PBS NewsHour’s â5 STORIESâ features the most interesting stories from around the world that you may have missed.
In the following this week:
Painter creates valuable works of art from discarded flip-flops
Ivory Coast painter Aristide Kouame turns waste into art – one flip-flop at a time.
Kouame combs through plastic rubbish washed up on the beaches of Abidjan and looks for discarded rubber flip-flops. He then meticulously carves them to create collages that will sell for more than $ 1,000.
According to the United Nations, more than 14 million tons of plastic waste enter the world’s oceans every year. Through art, Kouame helps give some of them a second life. “I’m an artist, and by picking up this rubbish, I’m removing this burden on nature,” Kouame told Reuters.
Kouame’s works range from portraits of civil rights activists to abstract depictions of climate change, COVID-19 and wealth inequality. Kouame’s flip-flop artwork has been exhibited in galleries in West Africa and Europe.
Volatile chemicals in household products linked to premature death
Common chemicals in household products could be responsible for up to 900,000 premature deaths each year, according to a July study of atmospheric chemistry and physics. The estimate is more than ten times what scientists previously thought.
Cleaning and personal care products, pesticides, and paints all emit so-called volatile organic compounds, or VOCs, into the air. Whenever you smell a product that you use, it is likely some type of VOC.
The problem is, some of these VOCs can turn into stickier, larger compounds called anthropogenic secondary organic aerosols, or ASOAs. And, according to the American Lung Association, prolonged exposure to particulate matter like ASOAs has been linked to decreased lung function, lung cancer, and cardiovascular disease.
And the solution to the problem will not be solved by removing the products from a single household. The study found that concentrations of ASOA in 11 urban areas around the world correlate with increased use of man-made VOCs in those regions.
Regulations have historically restricted certain types of VOCs, but most regulations only apply to products such as cars and trucks, not household products, which were examined in this study. The scientists behind the new research hope that regulators will start investigating which VOCs in household products should be replaced in order to improve air quality for everyone.
Underwater eruption forms new island
Japan literally grew this month.
When the Japanese Coast Guard observed an underwater volcanic eruption from the air in early August, they discovered a newly formed island.
The C-shaped island, about half a mile in diameter, was discovered about 750 miles south of Tokyo near Iwo Jima.

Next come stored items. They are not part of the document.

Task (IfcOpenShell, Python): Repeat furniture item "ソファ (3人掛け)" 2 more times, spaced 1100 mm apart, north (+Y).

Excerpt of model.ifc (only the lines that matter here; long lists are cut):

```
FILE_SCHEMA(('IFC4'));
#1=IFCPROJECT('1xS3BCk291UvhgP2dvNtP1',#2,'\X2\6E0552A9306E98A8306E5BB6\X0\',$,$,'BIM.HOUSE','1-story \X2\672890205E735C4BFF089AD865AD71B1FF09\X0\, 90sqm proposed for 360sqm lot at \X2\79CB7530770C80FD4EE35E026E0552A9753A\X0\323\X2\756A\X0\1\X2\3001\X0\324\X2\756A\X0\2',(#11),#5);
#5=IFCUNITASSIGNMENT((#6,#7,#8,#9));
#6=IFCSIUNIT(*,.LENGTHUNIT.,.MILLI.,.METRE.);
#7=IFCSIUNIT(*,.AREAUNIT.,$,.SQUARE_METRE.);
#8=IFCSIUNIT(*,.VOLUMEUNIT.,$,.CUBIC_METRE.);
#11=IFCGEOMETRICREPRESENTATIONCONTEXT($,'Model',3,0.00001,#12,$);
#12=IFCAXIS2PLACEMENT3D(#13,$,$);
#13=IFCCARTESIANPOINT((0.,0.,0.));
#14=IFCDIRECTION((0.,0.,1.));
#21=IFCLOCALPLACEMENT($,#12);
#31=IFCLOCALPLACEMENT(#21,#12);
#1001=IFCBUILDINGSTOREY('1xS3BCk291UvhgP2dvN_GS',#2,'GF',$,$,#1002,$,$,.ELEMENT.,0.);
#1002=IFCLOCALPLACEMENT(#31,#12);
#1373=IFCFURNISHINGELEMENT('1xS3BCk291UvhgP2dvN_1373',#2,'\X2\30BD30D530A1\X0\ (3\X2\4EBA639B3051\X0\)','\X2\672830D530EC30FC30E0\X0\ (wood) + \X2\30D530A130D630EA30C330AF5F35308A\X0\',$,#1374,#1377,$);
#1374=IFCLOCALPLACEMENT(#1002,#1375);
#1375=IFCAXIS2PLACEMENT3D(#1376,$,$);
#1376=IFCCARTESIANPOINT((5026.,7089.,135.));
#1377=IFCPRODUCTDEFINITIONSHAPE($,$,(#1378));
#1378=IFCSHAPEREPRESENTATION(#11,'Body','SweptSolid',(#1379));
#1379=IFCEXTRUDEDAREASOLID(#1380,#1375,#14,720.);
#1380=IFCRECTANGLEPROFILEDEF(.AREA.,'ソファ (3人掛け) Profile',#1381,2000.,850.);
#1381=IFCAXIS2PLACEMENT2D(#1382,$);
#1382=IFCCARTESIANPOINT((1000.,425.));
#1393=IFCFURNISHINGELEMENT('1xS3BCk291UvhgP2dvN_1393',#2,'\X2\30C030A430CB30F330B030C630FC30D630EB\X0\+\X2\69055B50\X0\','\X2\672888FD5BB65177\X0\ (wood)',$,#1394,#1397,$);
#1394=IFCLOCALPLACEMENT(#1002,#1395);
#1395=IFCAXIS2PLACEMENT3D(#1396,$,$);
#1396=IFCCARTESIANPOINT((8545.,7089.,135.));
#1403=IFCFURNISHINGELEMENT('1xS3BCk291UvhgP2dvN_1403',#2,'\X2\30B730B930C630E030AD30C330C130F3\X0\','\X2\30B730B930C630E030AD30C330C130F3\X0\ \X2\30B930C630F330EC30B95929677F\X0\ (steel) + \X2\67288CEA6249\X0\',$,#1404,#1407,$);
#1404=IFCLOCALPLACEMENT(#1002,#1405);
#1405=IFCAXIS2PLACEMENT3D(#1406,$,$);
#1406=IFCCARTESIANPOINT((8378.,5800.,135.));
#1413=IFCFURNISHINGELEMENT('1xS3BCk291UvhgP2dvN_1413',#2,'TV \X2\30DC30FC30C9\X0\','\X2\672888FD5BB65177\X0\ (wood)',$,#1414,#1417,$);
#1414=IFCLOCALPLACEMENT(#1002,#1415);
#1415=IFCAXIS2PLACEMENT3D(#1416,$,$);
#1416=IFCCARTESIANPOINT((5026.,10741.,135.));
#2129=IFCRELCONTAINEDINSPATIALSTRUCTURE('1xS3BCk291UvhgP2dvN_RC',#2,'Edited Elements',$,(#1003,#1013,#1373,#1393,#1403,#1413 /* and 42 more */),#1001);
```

```python
import numpy as np
import ifcopenshell
import ifcopenshell.api.geometry
import ifcopenshell.api.root
import ifcopenshell.util.element
import ifcopenshell.util.placement
import ifcopenshell.util.unit

model = ifcopenshell.open("model.ifc")
unit_scale = ifcopenshell.util.unit.calculate_unit_scale(model)


def reuse_history(source, copy):
    """copy_class also copies each property set's owner history, people and application; keep the originals."""
    for rel in copy.IsDefinedBy:
        if rel.is_a("IfcRelDefinesByProperties") and (history := rel.RelatingPropertyDefinition.OwnerHistory):
            rel.RelatingPropertyDefinition.OwnerHistory = source.OwnerHistory
            ifcopenshell.util.element.remove_deep2(model, history)


source = model.by_guid("1xS3BCk291UvhgP2dvN_1373")
base = ifcopenshell.util.placement.get_local_placement(source.ObjectPlacement)
step = np.array([0.0, 1.0, 0.0]) * 1.1 / unit_scale

for i in range(1, 3):
    copy = ifcopenshell.api.root.copy_class(model, product=source)
    copy.Representation = ifcopenshell.util.element.copy_deep(
        model, source.Representation, exclude=["IfcGeometricRepresentationContext", "IfcRepresentationMap"]
    )
    reuse_history(source, copy)
    matrix = base.copy()
    matrix[:3, 3] += i * step
    print("added at", matrix[:3, 3].round(3) + 0.0)
    ifcopenshell.api.geometry.edit_object_placement(model, product=copy, matrix=matrix, is_si=False)

model.write("model_v2.ifc")
```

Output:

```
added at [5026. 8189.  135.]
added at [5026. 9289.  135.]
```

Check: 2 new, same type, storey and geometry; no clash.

Since 1904, the same Fukutoku-Okanoba volcano has formed three more islands, all of which eventually sank again under the ocean due to wave erosion. According to the Japanese Coast Guard, an island that was formed after an eruption in 1986 disappeared after only about two months.
Should the new property survive and be recognized as a naturally formed island by international standards, it could be added to Japan’s territory.
Suspicious fake COVID vaccination cards arrive in the US
Earlier this month, workers at the Memphis port flagged a suspicious shipment from Shenzhen, China. The description was simply: “PAPER CARD, PAPER”.
Inside were 51 fraudulent, low-quality COVID-19 vaccination cards – the 15th of its kind marked by U.S. Customs and Border Protection officials that night.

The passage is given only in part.